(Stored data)
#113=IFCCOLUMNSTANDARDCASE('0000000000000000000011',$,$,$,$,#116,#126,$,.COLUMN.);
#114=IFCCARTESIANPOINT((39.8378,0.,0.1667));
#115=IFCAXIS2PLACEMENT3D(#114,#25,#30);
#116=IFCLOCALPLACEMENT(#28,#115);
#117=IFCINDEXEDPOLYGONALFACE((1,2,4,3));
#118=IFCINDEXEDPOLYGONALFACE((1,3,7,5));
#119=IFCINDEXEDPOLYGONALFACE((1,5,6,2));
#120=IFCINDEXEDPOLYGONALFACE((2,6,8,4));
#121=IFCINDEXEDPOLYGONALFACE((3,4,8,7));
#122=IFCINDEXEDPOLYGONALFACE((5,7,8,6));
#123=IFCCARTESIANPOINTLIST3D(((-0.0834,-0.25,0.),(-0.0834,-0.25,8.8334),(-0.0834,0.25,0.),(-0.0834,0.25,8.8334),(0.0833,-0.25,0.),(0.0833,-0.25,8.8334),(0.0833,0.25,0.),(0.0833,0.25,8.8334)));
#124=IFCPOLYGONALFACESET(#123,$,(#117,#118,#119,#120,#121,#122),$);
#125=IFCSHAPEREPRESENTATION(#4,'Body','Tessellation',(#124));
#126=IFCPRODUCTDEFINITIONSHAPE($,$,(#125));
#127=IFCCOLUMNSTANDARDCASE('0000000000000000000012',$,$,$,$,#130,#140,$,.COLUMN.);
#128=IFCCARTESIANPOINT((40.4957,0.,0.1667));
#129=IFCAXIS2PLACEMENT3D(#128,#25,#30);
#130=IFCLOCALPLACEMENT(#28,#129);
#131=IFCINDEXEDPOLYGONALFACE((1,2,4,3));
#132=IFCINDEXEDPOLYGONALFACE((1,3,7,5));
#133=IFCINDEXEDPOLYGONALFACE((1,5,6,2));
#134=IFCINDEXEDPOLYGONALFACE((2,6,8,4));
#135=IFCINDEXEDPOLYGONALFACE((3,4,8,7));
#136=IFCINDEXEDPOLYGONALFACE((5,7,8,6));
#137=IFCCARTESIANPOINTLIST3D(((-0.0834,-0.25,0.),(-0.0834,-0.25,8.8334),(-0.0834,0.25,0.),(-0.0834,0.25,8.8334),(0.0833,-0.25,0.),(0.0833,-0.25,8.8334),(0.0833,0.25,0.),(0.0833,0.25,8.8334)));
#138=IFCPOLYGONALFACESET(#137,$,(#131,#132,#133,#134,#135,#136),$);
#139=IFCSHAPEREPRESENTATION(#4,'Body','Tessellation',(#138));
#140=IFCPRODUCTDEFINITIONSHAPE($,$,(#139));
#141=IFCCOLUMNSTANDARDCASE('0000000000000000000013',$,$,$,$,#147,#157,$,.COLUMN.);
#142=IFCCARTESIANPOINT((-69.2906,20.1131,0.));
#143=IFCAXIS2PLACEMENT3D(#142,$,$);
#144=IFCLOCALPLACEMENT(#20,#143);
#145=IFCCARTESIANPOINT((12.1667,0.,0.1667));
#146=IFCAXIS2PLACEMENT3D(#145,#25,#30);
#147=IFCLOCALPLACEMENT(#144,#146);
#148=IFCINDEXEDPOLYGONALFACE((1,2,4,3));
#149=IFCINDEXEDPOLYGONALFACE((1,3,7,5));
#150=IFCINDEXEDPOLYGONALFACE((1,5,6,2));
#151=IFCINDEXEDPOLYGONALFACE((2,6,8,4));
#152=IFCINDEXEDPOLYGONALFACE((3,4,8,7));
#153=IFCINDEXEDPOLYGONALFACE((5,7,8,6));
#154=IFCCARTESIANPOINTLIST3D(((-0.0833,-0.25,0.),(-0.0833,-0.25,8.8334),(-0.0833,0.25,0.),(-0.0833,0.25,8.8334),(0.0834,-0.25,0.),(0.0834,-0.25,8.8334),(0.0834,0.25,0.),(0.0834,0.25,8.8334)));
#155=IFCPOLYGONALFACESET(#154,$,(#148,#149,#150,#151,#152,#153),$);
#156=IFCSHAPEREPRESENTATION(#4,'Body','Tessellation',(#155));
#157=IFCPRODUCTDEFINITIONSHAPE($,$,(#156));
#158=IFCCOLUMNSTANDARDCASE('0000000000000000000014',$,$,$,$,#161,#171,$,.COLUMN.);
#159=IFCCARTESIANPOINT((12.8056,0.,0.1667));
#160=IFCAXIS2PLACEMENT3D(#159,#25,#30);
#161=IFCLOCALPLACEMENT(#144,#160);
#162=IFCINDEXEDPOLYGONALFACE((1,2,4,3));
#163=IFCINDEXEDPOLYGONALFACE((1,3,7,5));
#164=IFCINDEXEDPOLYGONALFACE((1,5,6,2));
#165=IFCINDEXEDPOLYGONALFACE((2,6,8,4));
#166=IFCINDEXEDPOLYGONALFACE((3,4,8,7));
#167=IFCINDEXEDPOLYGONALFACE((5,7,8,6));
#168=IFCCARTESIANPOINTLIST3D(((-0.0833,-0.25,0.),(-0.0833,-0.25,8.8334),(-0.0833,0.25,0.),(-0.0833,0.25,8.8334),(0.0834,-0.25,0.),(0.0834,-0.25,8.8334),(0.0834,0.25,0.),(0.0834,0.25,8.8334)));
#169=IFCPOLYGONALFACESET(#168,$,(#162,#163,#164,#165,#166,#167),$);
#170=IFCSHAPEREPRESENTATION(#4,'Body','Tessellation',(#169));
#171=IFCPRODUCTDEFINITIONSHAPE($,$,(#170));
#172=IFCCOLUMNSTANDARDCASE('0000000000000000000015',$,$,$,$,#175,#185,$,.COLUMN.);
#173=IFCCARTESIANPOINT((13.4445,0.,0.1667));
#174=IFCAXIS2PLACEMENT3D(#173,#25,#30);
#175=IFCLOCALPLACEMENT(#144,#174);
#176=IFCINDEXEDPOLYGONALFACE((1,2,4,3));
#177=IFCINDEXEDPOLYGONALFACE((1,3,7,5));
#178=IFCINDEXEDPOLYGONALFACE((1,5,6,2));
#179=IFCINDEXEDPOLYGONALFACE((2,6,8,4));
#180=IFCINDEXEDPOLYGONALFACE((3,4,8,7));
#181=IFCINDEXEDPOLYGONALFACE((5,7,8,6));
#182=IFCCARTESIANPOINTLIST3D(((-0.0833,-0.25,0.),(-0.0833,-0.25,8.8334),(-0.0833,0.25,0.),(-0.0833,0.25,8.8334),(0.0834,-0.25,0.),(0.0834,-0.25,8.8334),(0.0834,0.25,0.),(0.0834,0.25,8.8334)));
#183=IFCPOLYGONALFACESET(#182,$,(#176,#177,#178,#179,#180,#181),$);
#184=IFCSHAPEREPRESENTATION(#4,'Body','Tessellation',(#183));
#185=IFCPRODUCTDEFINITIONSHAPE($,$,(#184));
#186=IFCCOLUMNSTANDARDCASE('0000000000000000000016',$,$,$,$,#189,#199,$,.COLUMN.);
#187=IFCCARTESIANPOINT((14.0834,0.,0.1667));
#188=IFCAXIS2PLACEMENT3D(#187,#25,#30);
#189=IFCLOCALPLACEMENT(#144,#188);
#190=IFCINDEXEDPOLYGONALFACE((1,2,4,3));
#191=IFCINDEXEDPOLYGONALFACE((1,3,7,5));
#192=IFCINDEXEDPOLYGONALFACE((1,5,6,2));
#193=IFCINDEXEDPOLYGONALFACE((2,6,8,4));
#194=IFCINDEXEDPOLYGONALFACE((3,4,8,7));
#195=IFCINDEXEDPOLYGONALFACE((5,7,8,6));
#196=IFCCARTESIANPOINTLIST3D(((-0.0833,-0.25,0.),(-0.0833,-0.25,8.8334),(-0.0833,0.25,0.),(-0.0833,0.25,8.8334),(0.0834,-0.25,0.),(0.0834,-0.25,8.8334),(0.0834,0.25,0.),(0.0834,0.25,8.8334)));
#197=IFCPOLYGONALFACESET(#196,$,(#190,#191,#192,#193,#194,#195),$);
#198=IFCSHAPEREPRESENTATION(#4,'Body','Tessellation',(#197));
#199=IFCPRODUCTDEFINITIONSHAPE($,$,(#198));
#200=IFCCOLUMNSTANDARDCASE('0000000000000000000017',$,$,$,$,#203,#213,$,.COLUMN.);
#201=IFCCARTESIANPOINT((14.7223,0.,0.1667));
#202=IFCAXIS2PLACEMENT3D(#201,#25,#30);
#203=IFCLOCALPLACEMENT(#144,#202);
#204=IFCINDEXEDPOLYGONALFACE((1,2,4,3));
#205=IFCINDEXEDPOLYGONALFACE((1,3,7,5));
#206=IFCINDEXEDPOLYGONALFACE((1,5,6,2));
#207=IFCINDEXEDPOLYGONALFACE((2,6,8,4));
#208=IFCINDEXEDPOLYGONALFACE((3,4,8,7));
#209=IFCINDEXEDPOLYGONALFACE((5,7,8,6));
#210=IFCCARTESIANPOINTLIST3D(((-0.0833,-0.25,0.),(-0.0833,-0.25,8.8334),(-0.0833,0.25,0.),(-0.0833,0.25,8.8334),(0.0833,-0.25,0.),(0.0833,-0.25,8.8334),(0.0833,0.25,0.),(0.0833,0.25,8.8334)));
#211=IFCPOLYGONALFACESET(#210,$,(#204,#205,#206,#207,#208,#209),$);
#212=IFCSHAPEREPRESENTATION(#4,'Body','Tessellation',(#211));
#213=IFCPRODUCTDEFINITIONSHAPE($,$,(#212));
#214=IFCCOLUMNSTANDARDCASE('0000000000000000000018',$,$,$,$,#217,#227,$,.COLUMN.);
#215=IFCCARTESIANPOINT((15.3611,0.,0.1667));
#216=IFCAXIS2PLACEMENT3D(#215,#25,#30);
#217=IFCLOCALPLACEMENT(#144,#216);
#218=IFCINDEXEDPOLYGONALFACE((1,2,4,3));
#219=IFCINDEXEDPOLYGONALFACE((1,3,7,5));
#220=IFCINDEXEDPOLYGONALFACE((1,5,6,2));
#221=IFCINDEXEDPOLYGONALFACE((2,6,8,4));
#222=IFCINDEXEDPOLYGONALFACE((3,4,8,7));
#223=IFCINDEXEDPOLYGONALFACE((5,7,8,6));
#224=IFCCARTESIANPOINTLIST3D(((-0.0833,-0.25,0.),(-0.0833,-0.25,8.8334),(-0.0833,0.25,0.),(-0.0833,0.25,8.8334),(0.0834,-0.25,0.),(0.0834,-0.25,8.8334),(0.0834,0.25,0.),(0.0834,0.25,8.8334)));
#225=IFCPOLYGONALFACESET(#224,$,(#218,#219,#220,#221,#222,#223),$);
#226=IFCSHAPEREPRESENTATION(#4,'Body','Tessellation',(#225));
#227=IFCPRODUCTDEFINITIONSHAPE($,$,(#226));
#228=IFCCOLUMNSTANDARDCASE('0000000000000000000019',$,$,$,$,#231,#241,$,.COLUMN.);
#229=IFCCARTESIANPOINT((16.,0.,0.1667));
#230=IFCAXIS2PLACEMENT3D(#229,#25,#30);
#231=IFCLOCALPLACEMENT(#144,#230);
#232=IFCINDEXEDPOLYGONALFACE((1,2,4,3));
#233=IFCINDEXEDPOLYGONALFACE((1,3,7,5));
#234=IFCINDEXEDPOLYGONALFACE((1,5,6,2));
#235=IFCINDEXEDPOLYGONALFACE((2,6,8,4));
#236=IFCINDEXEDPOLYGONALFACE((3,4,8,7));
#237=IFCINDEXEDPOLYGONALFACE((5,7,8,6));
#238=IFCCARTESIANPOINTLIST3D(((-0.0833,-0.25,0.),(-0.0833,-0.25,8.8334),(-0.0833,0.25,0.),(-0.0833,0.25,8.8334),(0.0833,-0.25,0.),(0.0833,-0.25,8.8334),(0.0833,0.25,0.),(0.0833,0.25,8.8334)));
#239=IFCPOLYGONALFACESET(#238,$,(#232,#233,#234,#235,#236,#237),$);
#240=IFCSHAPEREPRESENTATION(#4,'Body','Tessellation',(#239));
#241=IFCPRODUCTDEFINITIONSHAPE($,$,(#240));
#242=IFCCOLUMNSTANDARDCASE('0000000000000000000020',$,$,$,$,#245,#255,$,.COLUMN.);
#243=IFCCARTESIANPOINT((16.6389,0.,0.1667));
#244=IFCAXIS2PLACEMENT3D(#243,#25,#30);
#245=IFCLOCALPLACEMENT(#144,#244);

**Activity:**
Please output only the lines from the first line of the entries through the line with "#135=IFCINDEXEDPOLYGONALFACE((3,4,8,7));", both included, exactly as written.

**Result of this exercise:**
#113=IFCCOLUMNSTANDARDCASE('0000000000000000000011',$,$,$,$,#116,#126,$,.COLUMN.);
#114=IFCCARTESIANPOINT((39.8378,0.,0.1667));
#115=IFCAXIS2PLACEMENT3D(#114,#25,#30);
#116=IFCLOCALPLACEMENT(#28,#115);
#117=IFCINDEXEDPOLYGONALFACE((1,2,4,3));
#118=IFCINDEXEDPOLYGONALFACE((1,3,7,5));
#119=IFCINDEXEDPOLYGONALFACE((1,5,6,2));
#120=IFCINDEXEDPOLYGONALFACE((2,6,8,4));
#121=IFCINDEXEDPOLYGONALFACE((3,4,8,7));
#122=IFCINDEXEDPOLYGONALFACE((5,7,8,6));
#123=IFCCARTESIANPOINTLIST3D(((-0.0834,-0.25,0.),(-0.0834,-0.25,8.8334),(-0.0834,0.25,0.),(-0.0834,0.25,8.8334),(0.0833,-0.25,0.),(0.0833,-0.25,8.8334),(0.0833,0.25,0.),(0.0833,0.25,8.8334)));
#124=IFCPOLYGONALFACESET(#123,$,(#117,#118,#119,#120,#121,#122),$);
#125=IFCSHAPEREPRESENTATION(#4,'Body','Tessellation',(#124));
#126=IFCPRODUCTDEFINITIONSHAPE($,$,(#125));
#127=IFCCOLUMNSTANDARDCASE('0000000000000000000012',$,$,$,$,#130,#140,$,.COLUMN.);
#128=IFCCARTESIANPOINT((40.4957,0.,0.1667));
#129=IFCAXIS2PLACEMENT3D(#128,#25,#30);
#130=IFCLOCALPLACEMENT(#28,#129);
#131=IFCINDEXEDPOLYGONALFACE((1,2,4,3));
#132=IFCINDEXEDPOLYGONALFACE((1,3,7,5));
#133=IFCINDEXEDPOLYGONALFACE((1,5,6,2));
#134=IFCINDEXEDPOLYGONALFACE((2,6,8,4));
#135=IFCINDEXEDPOLYGONALFACE((3,4,8,7));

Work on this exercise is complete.